Berkeley DB Family

This is my second follow-up post on the new off-heap cache feature. We've seen very good results when using G1 GC.

--mark

Tuning G1 GC Performance for JE In-Memory Workloads

This note assumes that the reader understands the basics of Java GC, and is also familiar with JE cache sizing and the DbCacheSize documentation:http://docs.oracle.com/cd/E17277_02/html/java/com/sleepycat/je/util/DbCacheSize.html

As part of our recent off-heap cache testing, we have been testing JE performance using large data sets with high throughput, in-memory workloads where GC overhead can be high and long pauses can occur. With the help of Yu Zhang (see her G1 GC blog: https://blogs.oracle.com/g1gc/) we have arrived at a set of G1 GC parameters that work well in our tests. In these tests we used the Oracle JDK version 8u40.

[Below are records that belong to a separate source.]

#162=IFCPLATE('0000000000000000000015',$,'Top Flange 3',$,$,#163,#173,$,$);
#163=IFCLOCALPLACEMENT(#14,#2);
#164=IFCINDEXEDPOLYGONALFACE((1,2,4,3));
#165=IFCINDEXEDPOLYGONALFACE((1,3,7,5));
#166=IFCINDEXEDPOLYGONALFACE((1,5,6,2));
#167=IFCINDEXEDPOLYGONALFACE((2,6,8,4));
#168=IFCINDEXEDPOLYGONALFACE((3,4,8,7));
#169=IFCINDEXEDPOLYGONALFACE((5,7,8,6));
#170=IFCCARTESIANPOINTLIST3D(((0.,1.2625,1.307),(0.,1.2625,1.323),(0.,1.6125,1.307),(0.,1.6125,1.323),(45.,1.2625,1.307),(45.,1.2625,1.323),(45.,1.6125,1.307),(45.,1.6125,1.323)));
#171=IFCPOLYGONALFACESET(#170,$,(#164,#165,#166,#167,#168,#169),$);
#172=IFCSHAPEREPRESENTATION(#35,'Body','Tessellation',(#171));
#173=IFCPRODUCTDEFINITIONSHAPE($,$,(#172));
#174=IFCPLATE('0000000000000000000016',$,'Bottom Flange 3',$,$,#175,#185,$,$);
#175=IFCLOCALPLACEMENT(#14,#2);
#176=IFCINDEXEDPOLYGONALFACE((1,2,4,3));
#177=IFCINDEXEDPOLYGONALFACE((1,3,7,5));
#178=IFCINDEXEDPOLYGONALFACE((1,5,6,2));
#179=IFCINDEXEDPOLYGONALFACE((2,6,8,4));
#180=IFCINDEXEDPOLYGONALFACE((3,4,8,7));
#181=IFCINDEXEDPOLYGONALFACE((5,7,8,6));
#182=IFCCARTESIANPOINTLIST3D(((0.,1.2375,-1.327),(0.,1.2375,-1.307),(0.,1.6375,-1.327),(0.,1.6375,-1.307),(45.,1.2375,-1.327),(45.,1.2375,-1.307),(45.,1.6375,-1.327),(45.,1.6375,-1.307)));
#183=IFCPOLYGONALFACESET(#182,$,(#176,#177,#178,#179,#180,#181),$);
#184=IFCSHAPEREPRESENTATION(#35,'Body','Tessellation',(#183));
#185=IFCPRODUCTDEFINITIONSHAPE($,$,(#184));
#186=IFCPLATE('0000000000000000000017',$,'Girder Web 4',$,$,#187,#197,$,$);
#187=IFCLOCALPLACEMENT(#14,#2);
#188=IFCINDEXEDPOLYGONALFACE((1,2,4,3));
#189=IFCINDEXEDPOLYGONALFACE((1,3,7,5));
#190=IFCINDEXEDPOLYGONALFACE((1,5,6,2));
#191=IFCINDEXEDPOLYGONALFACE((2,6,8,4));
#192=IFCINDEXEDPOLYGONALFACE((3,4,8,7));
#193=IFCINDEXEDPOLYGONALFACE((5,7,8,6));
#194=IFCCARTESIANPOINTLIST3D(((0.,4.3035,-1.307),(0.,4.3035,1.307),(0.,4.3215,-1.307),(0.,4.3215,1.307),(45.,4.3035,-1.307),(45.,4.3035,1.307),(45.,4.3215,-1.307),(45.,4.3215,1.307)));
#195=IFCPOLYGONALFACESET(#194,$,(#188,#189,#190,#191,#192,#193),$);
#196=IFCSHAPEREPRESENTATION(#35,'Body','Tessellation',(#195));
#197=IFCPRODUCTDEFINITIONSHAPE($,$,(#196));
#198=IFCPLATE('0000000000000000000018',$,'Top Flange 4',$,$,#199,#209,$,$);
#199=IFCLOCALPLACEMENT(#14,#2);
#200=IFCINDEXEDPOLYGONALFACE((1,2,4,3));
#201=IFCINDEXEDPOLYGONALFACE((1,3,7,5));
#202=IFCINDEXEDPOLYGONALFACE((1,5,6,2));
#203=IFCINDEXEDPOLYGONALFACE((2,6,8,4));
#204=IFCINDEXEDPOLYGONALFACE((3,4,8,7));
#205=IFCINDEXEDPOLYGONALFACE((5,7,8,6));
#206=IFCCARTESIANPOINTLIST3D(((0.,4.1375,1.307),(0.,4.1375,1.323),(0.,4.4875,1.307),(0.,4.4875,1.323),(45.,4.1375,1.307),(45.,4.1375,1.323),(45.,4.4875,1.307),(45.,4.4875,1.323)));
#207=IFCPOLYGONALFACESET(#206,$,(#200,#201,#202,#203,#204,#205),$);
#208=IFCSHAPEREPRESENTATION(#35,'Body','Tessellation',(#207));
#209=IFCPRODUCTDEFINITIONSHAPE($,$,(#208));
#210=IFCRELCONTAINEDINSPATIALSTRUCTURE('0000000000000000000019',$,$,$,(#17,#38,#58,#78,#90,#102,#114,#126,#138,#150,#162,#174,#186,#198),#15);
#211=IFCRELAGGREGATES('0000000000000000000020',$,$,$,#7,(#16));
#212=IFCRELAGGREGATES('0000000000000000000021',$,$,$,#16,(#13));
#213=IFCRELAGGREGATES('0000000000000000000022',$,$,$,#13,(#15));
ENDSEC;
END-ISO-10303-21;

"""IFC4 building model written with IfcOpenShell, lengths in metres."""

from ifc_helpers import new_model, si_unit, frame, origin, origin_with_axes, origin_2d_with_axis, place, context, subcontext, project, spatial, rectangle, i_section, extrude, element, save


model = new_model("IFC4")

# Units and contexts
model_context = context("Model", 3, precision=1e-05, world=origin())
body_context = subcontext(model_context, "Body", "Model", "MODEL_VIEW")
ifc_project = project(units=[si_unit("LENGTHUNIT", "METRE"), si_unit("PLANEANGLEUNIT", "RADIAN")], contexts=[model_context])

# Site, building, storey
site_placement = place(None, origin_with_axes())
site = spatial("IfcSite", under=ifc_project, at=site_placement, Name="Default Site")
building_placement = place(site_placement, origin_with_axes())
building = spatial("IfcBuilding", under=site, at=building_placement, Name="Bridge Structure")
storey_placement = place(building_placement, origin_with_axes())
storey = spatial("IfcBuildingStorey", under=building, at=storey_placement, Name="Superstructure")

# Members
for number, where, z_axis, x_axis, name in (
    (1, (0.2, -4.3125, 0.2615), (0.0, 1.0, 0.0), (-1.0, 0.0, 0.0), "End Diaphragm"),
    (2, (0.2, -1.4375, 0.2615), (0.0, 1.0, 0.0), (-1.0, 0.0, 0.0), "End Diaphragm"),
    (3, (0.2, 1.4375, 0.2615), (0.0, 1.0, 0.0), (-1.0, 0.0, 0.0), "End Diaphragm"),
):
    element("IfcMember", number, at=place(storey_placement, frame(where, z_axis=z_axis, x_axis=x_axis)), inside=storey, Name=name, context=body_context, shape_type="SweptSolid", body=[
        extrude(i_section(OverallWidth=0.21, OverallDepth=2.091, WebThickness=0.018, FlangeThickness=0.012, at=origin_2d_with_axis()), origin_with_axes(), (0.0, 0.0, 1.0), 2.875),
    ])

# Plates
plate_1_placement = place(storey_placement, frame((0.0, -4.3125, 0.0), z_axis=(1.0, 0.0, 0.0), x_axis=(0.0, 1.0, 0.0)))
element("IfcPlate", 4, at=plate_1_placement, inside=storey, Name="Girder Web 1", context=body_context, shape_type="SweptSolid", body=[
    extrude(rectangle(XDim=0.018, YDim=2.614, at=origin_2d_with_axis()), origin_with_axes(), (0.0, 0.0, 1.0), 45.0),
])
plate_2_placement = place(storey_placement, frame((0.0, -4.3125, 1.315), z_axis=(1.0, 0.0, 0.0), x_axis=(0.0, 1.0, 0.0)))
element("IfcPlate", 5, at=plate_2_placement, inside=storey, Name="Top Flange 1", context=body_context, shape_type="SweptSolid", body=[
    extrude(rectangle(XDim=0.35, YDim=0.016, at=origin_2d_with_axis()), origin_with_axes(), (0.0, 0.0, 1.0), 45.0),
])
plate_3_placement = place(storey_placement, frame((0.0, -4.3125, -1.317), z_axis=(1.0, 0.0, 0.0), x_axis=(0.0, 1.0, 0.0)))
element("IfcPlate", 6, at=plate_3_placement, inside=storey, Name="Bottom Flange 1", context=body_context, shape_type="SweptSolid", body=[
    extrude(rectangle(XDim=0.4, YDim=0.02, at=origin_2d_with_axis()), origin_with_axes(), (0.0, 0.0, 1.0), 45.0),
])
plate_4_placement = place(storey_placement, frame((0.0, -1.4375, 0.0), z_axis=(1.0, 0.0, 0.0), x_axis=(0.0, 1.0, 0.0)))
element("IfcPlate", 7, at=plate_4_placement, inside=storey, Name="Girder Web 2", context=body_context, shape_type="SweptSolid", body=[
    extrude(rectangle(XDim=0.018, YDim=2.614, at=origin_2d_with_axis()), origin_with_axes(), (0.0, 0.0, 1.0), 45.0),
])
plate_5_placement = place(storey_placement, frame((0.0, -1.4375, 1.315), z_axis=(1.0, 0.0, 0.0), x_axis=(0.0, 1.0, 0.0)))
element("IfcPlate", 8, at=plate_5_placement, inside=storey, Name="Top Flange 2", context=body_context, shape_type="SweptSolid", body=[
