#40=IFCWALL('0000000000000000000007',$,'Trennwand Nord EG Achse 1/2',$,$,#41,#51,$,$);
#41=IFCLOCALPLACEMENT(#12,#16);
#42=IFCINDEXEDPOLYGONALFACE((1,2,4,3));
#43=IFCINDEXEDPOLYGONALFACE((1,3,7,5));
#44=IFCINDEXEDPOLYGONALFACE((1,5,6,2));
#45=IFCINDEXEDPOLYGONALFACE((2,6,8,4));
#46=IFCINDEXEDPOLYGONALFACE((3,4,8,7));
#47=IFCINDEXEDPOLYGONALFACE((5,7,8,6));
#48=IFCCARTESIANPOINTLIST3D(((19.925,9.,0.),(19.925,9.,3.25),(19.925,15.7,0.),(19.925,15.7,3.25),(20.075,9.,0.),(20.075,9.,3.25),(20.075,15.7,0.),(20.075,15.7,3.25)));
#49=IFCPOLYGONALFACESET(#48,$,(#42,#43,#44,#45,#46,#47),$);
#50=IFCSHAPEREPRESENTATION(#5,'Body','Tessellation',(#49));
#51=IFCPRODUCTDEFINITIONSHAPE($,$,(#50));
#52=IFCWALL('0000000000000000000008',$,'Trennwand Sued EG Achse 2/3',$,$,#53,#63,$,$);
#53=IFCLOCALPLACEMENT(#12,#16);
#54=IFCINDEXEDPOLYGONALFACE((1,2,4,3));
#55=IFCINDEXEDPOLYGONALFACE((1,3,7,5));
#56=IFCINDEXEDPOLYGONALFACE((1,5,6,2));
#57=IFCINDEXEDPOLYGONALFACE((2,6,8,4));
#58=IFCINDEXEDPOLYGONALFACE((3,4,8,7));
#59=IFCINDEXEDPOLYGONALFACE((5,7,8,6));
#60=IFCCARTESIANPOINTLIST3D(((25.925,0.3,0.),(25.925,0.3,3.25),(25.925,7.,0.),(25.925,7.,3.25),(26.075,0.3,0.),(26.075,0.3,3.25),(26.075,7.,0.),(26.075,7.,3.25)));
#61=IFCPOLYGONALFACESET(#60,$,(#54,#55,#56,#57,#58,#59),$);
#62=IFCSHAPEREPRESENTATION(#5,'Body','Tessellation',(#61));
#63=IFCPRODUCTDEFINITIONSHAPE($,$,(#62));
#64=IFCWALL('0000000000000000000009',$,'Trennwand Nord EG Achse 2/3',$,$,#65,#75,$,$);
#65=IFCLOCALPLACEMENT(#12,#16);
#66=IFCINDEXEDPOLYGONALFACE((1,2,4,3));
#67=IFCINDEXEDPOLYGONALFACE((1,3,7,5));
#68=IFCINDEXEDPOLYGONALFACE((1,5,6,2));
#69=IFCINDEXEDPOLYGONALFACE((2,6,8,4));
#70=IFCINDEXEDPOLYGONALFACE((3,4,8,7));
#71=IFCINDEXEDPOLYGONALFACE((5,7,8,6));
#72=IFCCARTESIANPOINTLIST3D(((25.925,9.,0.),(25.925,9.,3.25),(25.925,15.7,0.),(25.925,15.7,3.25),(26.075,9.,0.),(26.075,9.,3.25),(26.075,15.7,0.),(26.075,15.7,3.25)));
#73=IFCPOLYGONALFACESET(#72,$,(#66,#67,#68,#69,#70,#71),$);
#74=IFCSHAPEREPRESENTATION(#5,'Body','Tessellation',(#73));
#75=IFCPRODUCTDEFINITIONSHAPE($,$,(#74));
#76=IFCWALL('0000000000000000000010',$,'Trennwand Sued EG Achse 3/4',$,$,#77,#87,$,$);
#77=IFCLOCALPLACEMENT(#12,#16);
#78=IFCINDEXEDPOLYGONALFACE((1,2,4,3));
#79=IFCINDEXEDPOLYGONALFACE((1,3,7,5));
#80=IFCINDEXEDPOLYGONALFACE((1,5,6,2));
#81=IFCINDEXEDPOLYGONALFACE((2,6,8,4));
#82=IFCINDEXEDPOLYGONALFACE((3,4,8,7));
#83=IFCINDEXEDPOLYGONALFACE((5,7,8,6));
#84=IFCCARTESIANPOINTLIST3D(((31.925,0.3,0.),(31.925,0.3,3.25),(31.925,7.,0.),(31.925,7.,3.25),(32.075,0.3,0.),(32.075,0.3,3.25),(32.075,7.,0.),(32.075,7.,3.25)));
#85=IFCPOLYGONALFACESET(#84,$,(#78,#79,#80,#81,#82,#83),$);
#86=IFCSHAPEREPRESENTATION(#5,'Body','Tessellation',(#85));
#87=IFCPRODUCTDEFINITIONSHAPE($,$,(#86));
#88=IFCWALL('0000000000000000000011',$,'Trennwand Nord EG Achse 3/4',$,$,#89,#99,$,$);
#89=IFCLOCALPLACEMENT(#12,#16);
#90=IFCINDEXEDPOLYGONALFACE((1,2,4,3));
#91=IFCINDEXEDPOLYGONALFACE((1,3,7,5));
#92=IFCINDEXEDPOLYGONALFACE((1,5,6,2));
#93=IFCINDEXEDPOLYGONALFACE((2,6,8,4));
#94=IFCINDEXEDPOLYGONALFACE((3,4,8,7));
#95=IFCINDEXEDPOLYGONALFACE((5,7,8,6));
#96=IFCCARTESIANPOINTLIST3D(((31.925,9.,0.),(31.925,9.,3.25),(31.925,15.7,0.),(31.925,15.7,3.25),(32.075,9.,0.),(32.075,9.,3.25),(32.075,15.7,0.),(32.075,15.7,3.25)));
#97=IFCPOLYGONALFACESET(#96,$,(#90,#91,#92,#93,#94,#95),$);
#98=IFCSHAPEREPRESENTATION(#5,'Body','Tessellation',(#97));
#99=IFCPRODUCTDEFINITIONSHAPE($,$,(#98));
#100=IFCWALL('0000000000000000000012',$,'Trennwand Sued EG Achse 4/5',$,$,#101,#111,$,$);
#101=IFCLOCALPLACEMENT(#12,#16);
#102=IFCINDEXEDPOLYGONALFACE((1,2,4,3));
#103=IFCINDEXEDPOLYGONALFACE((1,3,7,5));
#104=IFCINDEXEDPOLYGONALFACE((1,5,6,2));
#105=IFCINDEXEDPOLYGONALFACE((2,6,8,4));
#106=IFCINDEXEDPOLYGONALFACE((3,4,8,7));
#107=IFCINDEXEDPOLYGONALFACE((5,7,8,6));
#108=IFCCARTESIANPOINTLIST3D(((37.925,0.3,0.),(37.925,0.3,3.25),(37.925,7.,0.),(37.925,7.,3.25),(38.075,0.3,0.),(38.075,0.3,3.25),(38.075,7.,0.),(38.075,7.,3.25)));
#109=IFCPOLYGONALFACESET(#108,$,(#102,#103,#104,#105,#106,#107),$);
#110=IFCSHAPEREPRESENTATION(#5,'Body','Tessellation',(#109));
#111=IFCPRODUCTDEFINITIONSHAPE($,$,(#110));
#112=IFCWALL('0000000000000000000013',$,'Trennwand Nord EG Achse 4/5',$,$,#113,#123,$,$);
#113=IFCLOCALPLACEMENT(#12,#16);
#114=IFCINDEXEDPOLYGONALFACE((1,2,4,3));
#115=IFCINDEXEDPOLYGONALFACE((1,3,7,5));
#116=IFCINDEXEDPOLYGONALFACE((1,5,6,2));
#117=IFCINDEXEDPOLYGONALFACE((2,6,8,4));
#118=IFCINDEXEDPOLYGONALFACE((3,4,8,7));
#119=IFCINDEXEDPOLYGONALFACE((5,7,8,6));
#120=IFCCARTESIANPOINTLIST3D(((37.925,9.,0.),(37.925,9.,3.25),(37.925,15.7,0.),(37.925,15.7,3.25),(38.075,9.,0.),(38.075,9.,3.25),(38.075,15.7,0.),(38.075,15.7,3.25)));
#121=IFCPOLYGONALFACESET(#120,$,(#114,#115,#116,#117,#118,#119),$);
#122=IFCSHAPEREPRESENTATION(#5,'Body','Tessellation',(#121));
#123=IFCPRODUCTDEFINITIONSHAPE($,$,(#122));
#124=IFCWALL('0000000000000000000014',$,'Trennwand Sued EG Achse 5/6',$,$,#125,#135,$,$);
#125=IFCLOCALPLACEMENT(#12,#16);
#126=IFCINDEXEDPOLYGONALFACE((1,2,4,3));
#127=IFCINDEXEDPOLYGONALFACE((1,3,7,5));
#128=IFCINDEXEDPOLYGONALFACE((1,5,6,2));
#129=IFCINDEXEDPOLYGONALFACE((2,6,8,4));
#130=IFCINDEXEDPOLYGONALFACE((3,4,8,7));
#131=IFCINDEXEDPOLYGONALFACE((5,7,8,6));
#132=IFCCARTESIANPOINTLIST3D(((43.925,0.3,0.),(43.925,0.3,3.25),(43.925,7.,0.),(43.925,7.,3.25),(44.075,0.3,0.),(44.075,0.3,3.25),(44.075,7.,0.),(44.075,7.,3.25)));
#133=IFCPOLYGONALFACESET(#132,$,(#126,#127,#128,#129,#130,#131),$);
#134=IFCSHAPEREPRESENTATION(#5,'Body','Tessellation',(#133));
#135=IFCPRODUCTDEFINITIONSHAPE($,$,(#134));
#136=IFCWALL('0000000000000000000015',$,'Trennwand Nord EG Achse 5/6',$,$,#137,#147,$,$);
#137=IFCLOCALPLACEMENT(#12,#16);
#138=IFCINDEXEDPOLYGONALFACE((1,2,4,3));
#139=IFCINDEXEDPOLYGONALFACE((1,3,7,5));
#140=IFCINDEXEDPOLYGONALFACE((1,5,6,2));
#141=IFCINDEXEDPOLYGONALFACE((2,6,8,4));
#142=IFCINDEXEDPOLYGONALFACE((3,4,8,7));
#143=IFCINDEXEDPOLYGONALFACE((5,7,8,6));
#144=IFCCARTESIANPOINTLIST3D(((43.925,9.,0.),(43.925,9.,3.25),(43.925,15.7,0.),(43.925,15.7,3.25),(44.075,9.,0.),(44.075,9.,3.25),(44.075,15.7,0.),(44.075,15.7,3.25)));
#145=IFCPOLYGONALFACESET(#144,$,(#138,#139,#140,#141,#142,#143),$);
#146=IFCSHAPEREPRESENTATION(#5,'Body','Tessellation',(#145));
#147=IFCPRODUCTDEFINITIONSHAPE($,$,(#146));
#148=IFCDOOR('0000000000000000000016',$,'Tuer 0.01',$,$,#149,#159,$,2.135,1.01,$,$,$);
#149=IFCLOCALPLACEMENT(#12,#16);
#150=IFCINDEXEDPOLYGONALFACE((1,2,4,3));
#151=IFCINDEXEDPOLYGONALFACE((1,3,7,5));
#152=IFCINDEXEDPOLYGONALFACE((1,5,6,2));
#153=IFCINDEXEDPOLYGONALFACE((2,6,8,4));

There are two variants of these parameters, and which one works best depends on whether young generation or old generation pauses are the biggest issue. For example, in our off-heap cache testing we ran two different workloads:

1. All BINs (Btree bottom internal nodes) fit in the main cache, and all LNs (leaf nodes) fit in the off-heap cache. CacheMode.EVICT_LN is used, so LNs and BINs are strictly divided between the two caches. In this situation, old generation GC is not a big issue because BINs (which do become old over time) are never evicted from the main cache. However, young generation GC can be an issue, because LNs are short lived and are being moved from the off-heap cache into the Java heap at a very high rate.
2. A small data size is used and therefore the data is embedded in the BINs, and LNs are immediately discarded and never used again. (For more on embedded LNs see:http://docs.oracle.com/cd/E17277_02/html/java/com/sleepycat/je/EnvironmentConfig.html#TREE_MAX_EMBEDDED_LN). In this situation, the in-memory data set is composed almost exclusively of BINs. All BINs fit in the two caches (main and off-heap), but BINs are frequently moved between the two caches as records are accessed by random keys, and then evicted from the main cache according to LRU. This is a worst case scenario for old generation GC and long pauses can occur.

These tests demonstrate the extreme ends of these two situations, and of course there are workloads that are in between the two. If you are experiencing long GC pauses in your application, the important thing is to identify whether young generation or old generation GC is the biggest issue. The best resource for this is GC log itself, along with Yu Zhang's blog. Another thing that can help, if you are tuning JE performance and trying to correlate GC pauses with other factors, is to look at the 'Jvm:G1 Old Generation.time' and 'Jvm:G1 Young Generation.time' columns in the je.stat.csv file.

Parameters to Minimize Old Generation Pauses

In addition to using the following parameters to minimize old generation pauses, we found it very important to leave enough free space in the Java heap as GC working space. In our tests we used a 31GiB heap and an 18GiB JE main cache, leaving around 12GiB free.

Also, -XX:ConcGCThreads should probably be adjusted based on the number of cores and number of active app threads. I used -XX:ConcGCThreads=12 in my tests on a 32 core machine with 24 active app threads.

-XX:+UseG1GC
-XX:+UnlockDiagnosticVMOptions
-XX:+UnlockExperimentalVMOptions
-XX:G1NewSizePercent=1
-XX:MaxGCPauseMillis=100
-XX:InitiatingHeapOccupancyPercent=85
-XX:G1HeapRegionSize=32m
-XX:G1MixedGCCountTarget=32
-XX:G1RSetRegionEntries=2560
-XX:G1HeapWastePercent=5
-XX:ConcGCThreads=12
-XX:-ResizePLAB
-XX:+DisableExplicitGC

In addition we used the following parameters to collect information for GC log analysis.

-XX:+PrintGC
-XX:+PrintAdaptiveSizePolicy
-XX:+PrintTenuringDistribution
-XX:+PrintGCDetails
-XX:+PrintGCTimeStamps
-Xloggc:<file name>

We also use the following parameters. In my tests I configured a Linux huge page pool to reduce TLB cache misses (I posted about that separately).

-XX:+UseLargePages
-XX:+AlwaysPreTouch
-XX:+UseCompressedOops

I recommend trying the above parameters if old generation pauses are an issue, or simply as a starting point for a new JE-based application.

Parameters to Minimize Young Generation Pauses

The parameters we found worked best to minimize young generation pauses are the same as above (for old generation pauses) with one addition:

-Xmn2g 

However, this added parameter made old generation pauses worse for the workloads where old generation pauses were the main issue. So we could not use a single set of GC parameters for both types of workloads. Therefore, I recommend adding this parameter only if new generation pauses are an issue.